*Task details:* Output each record below exactly, and include all of them.

---------- Records supplied ----------

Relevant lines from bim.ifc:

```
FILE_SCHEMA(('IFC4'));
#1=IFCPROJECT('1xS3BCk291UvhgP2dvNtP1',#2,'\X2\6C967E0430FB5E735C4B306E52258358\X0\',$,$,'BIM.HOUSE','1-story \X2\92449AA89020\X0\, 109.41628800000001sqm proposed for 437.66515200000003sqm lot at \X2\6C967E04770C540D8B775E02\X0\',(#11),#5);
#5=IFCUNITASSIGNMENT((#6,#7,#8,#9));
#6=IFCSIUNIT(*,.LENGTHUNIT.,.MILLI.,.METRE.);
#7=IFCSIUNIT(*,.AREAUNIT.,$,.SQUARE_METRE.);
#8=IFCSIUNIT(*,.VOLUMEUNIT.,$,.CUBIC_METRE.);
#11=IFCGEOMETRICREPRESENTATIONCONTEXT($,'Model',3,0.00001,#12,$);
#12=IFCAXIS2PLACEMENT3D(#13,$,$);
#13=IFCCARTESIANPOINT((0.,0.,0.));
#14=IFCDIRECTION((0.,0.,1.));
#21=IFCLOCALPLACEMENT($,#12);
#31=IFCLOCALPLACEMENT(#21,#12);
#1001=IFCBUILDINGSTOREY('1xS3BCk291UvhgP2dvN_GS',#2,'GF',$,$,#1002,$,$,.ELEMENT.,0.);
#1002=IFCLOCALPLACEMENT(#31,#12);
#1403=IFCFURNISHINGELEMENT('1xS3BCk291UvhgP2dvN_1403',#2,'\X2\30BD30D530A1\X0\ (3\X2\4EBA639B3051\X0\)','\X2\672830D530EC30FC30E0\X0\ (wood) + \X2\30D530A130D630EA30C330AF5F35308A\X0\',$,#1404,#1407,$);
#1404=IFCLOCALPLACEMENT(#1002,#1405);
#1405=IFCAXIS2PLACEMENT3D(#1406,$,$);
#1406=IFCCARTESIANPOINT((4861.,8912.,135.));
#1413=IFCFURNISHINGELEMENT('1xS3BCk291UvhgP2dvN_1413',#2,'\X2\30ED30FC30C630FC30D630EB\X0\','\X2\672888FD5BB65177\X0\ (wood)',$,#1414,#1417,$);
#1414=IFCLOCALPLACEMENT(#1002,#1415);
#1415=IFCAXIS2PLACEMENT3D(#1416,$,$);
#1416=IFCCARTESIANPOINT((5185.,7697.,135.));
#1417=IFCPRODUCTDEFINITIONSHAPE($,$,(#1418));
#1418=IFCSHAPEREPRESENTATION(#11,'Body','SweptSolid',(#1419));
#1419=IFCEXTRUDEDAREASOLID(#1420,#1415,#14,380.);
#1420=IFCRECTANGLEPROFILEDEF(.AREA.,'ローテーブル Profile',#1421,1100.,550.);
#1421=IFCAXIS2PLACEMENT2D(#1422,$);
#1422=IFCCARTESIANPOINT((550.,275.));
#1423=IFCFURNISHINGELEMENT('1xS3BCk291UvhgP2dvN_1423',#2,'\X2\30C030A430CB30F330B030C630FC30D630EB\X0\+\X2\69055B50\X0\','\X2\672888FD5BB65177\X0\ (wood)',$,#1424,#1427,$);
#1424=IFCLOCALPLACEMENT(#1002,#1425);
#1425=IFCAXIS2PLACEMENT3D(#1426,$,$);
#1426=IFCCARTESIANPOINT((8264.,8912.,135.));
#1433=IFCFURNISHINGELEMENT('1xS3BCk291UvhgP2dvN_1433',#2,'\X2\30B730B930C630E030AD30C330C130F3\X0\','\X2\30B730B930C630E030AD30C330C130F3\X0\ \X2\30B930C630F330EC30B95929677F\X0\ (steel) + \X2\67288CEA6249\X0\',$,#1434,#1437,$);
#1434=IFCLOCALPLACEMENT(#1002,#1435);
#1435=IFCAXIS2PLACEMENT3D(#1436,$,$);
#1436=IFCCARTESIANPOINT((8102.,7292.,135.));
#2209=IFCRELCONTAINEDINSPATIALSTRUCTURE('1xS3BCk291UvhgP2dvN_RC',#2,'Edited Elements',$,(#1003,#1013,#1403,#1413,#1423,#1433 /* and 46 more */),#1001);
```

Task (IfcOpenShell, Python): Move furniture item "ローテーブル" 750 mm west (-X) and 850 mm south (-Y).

```python
import ifcopenshell
import ifcopenshell.api.geometry
import ifcopenshell.util.placement
import ifcopenshell.util.unit

model = ifcopenshell.open("bim.ifc")
unit_scale = ifcopenshell.util.unit.calculate_unit_scale(model)

item = model.by_guid("1xS3BCk291UvhgP2dvN_1413")
matrix = ifcopenshell.util.placement.get_local_placement(item.ObjectPlacement)
matrix[0, 3] -= 0.75 / unit_scale
matrix[1, 3] -= 0.85 / unit_scale
ifcopenshell.api.geometry.edit_object_placement(model, product=item, matrix=matrix, is_si=False)

print(ifcopenshell.util.placement.get_local_placement(item.ObjectPlacement).round(3) + 0.0)

model.write("bim_edited.ifc")
```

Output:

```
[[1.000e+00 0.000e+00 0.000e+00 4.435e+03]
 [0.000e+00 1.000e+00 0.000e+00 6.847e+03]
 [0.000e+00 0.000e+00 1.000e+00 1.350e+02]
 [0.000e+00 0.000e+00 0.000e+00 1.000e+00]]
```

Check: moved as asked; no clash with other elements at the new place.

----------

*Result of this task:*
Relevant lines from bim.ifc:

```
FILE_SCHEMA(('IFC4'));
#1=IFCPROJECT('1xS3BCk291UvhgP2dvNtP1',#2,'\X2\6C967E0430FB5E735C4B306E52258358\X0\',$,$,'BIM.HOUSE','1-story \X2\92449AA89020\X0\, 109.41628800000001sqm proposed for 437.66515200000003sqm lot at \X2\6C967E04770C540D8B775E02\X0\',(#11),#5);
#5=IFCUNITASSIGNMENT((#6,#7,#8,#9));
#6=IFCSIUNIT(*,.LENGTHUNIT.,.MILLI.,.METRE.);
#7=IFCSIUNIT(*,.AREAUNIT.,$,.SQUARE_METRE.);
#8=IFCSIUNIT(*,.VOLUMEUNIT.,$,.CUBIC_METRE.);
#11=IFCGEOMETRICREPRESENTATIONCONTEXT($,'Model',3,0.00001,#12,$);
#12=IFCAXIS2PLACEMENT3D(#13,$,$);
#13=IFCCARTESIANPOINT((0.,0.,0.));
#14=IFCDIRECTION((0.,0.,1.));
#21=IFCLOCALPLACEMENT($,#12);
#31=IFCLOCALPLACEMENT(#21,#12);
#1001=IFCBUILDINGSTOREY('1xS3BCk291UvhgP2dvN_GS',#2,'GF',$,$,#1002,$,$,.ELEMENT.,0.);
#1002=IFCLOCALPLACEMENT(#31,#12);
#1403=IFCFURNISHINGELEMENT('1xS3BCk291UvhgP2dvN_1403',#2,'\X2\30BD30D530A1\X0\ (3\X2\4EBA639B3051\X0\)','\X2\672830D530EC30FC30E0\X0\ (wood) + \X2\30D530A130D630EA30C330AF5F35308A\X0\',$,#1404,#1407,$);
#1404=IFCLOCALPLACEMENT(#1002,#1405);
#1405=IFCAXIS2PLACEMENT3D(#1406,$,$);
#1406=IFCCARTESIANPOINT((4861.,8912.,135.));
#1413=IFCFURNISHINGELEMENT('1xS3BCk291UvhgP2dvN_1413',#2,'\X2\30ED30FC30C630FC30D630EB\X0\','\X2\672888FD5BB65177\X0\ (wood)',$,#1414,#1417,$);
#1414=IFCLOCALPLACEMENT(#1002,#1415);
#1415=IFCAXIS2PLACEMENT3D(#1416,$,$);
#1416=IFCCARTESIANPOINT((5185.,7697.,135.));
#1417=IFCPRODUCTDEFINITIONSHAPE($,$,(#1418));
#1418=IFCSHAPEREPRESENTATION(#11,'Body','SweptSolid',(#1419));
#1419=IFCEXTRUDEDAREASOLID(#1420,#1415,#14,380.);
#1420=IFCRECTANGLEPROFILEDEF(.AREA.,'ローテーブル Profile',#1421,1100.,550.);
#1421=IFCAXIS2PLACEMENT2D(#1422,$);
#1422=IFCCARTESIANPOINT((550.,275.));
#1423=IFCFURNISHINGELEMENT('1xS3BCk291UvhgP2dvN_1423',#2,'\X2\30C030A430CB30F330B030C630FC30D630EB\X0\+\X2\69055B50\X0\','\X2\672888FD5BB65177\X0\ (wood)',$,#1424,#1427,$);
#1424=IFCLOCALPLACEMENT(#1002,#1425);
#1425=IFCAXIS2PLACEMENT3D(#1426,$,$);
#1426=IFCCARTESIANPOINT((8264.,8912.,135.));
#1433=IFCFURNISHINGELEMENT('1xS3BCk291UvhgP2dvN_1433',#2,'\X2\30B730B930C630E030AD30C330C130F3\X0\','\X2\30B730B930C630E030AD30C330C130F3\X0\ \X2\30B930C630F330EC30B95929677F\X0\ (steel) + \X2\67288CEA6249\X0\',$,#1434,#1437,$);
#1434=IFCLOCALPLACEMENT(#1002,#1435);
#1435=IFCAXIS2PLACEMENT3D(#1436,$,$);
#1436=IFCCARTESIANPOINT((8102.,7292.,135.));
#2209=IFCRELCONTAINEDINSPATIALSTRUCTURE('1xS3BCk291UvhgP2dvN_RC',#2,'Edited Elements',$,(#1003,#1013,#1403,#1413,#1423,#1433 /* and 46 more */),#1001);
```

Task (IfcOpenShell, Python): Move furniture item "ローテーブル" 750 mm west (-X) and 850 mm south (-Y).

```python
import ifcopenshell
import ifcopenshell.api.geometry
import ifcopenshell.util.placement
import ifcopenshell.util.unit

model = ifcopenshell.open("bim.ifc")
unit_scale = ifcopenshell.util.unit.calculate_unit_scale(model)

item = model.by_guid("1xS3BCk291UvhgP2dvN_1413")
matrix = ifcopenshell.util.placement.get_local_placement(item.ObjectPlacement)
matrix[0, 3] -= 0.75 / unit_scale
matrix[1, 3] -= 0.85 / unit_scale
ifcopenshell.api.geometry.edit_object_placement(model, product=item, matrix=matrix, is_si=False)

print(ifcopenshell.util.placement.get_local_placement(item.ObjectPlacement).round(3) + 0.0)

model.write("bim_edited.ifc")
```

Output:

```
[[1.000e+00 0.000e+00 0.000e+00 4.435e+03]
 [0.000e+00 1.000e+00 0.000e+00 6.847e+03]
 [0.000e+00 0.000e+00 1.000e+00 1.350e+02]
 [0.000e+00 0.000e+00 0.000e+00 1.000e+00]]
```

Check: moved as asked; no clash with other elements at the new place.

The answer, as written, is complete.